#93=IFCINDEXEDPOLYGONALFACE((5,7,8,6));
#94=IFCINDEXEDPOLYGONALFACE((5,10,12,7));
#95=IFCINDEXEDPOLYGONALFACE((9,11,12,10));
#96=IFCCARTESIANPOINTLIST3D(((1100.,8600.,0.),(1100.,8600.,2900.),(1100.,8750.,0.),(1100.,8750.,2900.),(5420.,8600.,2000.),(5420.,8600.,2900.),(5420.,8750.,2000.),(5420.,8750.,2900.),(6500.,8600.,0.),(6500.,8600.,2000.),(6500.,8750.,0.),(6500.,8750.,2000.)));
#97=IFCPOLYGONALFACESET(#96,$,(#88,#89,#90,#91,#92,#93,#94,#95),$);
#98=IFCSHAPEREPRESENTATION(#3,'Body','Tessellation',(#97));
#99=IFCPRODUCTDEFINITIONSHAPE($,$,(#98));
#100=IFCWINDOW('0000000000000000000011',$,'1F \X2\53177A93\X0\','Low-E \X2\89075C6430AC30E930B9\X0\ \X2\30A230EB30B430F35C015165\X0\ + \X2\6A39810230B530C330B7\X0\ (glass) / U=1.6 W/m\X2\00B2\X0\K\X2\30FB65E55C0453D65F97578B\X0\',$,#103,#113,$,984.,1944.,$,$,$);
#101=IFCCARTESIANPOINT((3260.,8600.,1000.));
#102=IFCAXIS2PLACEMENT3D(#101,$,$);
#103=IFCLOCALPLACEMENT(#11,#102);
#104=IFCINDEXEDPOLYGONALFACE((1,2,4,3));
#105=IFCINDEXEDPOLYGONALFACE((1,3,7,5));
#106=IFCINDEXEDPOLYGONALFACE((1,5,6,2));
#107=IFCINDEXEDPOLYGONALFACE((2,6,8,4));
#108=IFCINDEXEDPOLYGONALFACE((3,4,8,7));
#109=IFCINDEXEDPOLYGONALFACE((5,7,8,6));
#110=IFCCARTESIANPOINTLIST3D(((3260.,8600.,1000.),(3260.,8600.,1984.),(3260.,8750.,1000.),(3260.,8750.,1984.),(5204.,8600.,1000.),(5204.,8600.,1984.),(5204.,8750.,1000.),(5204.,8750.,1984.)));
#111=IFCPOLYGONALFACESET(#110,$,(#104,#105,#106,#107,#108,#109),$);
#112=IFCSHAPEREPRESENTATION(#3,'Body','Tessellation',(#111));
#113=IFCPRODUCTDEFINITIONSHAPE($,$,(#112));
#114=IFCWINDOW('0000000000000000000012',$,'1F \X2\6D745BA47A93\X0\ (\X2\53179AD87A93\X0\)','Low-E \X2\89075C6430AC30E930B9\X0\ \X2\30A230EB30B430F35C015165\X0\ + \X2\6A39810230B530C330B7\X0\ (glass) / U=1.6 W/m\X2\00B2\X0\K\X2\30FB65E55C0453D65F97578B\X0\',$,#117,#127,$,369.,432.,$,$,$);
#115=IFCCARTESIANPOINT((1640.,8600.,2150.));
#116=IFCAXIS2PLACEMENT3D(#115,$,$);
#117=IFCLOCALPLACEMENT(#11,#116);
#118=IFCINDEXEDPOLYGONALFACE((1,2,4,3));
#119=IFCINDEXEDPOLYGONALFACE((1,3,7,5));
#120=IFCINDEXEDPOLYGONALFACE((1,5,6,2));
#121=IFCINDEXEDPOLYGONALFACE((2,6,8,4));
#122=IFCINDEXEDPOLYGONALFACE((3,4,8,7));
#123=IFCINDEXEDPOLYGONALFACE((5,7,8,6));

==

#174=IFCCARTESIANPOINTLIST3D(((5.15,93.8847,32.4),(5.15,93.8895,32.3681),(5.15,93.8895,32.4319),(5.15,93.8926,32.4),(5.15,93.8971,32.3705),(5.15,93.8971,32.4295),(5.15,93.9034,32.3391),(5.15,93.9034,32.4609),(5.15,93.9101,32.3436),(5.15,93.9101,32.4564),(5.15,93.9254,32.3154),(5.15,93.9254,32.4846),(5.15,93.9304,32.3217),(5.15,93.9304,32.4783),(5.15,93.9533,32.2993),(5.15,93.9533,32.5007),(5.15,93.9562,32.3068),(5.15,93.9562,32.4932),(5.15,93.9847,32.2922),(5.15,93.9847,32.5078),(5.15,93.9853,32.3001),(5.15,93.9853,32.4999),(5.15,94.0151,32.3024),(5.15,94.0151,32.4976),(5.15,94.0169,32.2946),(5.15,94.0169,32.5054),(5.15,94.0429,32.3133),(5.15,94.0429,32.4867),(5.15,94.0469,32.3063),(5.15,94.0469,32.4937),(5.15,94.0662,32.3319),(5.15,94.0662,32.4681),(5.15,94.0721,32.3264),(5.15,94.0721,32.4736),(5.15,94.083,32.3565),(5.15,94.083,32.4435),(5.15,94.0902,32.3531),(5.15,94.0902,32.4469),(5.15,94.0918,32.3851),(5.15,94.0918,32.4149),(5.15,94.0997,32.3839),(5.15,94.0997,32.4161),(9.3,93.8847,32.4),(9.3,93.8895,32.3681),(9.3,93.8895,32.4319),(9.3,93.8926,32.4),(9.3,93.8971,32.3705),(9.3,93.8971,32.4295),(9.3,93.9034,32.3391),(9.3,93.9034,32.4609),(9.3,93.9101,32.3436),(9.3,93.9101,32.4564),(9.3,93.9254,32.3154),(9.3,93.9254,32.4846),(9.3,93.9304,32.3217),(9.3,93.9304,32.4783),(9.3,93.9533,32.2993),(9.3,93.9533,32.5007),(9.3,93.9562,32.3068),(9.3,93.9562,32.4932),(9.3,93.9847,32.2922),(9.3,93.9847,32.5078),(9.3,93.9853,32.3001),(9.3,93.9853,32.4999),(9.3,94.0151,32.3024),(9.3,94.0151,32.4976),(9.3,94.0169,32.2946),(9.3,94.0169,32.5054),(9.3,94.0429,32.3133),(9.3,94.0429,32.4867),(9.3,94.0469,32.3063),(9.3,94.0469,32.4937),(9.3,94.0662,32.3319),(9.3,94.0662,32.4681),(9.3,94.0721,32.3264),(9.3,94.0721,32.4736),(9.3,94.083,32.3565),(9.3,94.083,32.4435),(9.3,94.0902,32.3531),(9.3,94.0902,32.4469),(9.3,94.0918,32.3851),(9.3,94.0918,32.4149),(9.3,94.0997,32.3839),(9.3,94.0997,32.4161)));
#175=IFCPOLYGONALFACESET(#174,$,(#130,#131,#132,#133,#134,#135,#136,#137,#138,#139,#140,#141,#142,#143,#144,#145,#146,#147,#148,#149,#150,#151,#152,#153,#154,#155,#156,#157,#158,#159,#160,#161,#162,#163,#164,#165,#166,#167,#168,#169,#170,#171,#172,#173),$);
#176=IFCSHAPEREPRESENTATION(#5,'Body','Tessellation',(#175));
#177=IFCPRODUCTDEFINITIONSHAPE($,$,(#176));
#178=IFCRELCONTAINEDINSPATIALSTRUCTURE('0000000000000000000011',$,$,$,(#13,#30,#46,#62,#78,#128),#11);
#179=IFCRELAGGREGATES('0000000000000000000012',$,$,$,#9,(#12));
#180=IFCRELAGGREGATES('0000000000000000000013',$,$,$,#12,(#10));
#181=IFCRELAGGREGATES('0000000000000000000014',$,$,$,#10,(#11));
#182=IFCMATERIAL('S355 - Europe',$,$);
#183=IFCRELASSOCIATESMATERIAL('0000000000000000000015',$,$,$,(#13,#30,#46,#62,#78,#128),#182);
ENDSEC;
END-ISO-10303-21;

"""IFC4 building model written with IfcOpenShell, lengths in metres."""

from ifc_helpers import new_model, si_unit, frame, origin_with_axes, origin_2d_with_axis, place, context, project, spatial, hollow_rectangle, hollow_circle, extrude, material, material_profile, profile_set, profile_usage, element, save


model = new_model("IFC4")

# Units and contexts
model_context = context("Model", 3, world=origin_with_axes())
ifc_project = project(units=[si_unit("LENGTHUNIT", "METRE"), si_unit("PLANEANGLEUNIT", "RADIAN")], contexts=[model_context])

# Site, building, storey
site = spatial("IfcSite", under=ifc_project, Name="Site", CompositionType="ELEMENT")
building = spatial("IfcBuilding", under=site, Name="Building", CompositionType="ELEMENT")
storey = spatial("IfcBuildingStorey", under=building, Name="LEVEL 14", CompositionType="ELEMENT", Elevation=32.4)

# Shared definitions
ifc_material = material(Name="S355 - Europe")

...

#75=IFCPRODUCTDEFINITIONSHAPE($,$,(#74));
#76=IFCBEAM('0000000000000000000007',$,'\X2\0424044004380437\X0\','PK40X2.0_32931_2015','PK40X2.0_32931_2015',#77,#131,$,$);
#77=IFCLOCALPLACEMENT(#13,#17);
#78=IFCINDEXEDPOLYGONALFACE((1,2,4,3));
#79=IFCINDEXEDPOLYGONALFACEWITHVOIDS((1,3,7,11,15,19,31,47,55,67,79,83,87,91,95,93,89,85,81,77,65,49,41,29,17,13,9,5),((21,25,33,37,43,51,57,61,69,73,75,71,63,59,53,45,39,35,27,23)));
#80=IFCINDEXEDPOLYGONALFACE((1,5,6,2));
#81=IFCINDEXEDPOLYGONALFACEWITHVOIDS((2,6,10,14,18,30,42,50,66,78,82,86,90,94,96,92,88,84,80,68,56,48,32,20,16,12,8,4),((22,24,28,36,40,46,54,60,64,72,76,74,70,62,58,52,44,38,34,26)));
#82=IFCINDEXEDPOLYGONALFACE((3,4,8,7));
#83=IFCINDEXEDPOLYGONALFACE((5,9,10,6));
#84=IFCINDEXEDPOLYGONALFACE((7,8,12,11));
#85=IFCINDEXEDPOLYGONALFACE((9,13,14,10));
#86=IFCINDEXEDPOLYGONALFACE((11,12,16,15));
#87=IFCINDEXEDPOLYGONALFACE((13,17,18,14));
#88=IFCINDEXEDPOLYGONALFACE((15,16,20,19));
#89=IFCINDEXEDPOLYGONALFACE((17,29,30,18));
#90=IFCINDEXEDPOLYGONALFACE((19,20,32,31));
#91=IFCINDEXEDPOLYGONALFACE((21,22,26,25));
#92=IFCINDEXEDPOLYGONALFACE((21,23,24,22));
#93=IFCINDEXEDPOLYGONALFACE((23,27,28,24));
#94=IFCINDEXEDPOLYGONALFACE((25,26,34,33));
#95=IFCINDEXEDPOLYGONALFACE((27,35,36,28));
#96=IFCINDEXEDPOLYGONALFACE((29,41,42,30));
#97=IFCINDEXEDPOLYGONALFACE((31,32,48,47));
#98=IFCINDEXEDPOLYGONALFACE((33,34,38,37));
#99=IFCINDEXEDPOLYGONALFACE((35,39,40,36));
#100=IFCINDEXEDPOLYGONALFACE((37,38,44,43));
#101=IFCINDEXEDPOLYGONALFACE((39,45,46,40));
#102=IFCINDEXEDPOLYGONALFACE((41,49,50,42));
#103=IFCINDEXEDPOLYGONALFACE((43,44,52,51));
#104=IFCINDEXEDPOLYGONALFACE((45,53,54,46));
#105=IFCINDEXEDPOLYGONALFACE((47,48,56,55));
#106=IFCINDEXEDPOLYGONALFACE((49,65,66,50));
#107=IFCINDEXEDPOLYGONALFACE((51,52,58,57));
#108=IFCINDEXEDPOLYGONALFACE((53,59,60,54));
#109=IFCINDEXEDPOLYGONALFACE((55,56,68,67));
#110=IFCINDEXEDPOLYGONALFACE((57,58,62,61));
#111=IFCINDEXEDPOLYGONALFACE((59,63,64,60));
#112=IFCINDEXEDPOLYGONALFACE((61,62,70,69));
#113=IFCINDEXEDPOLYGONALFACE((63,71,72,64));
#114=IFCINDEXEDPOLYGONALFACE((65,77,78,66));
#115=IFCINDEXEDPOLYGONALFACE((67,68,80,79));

> Work order
Search the data for "IFCPOLYGONALFACESET" and list every line in which it occurs.

> Result of the task
#97=IFCPOLYGONALFACESET(#96,$,(#88,#89,#90,#91,#92,#93,#94,#95),$);
#111=IFCPOLYGONALFACESET(#110,$,(#104,#105,#106,#107,#108,#109),$);
#175=IFCPOLYGONALFACESET(#174,$,(#130,#131,#132,#133,#134,#135,#136,#137,#138,#139,#140,#141,#142,#143,#144,#145,#146,#147,#148,#149,#150,#151,#152,#153,#154,#155,#156,#157,#158,#159,#160,#161,#162,#163,#164,#165,#166,#167,#168,#169,#170,#171,#172,#173),$);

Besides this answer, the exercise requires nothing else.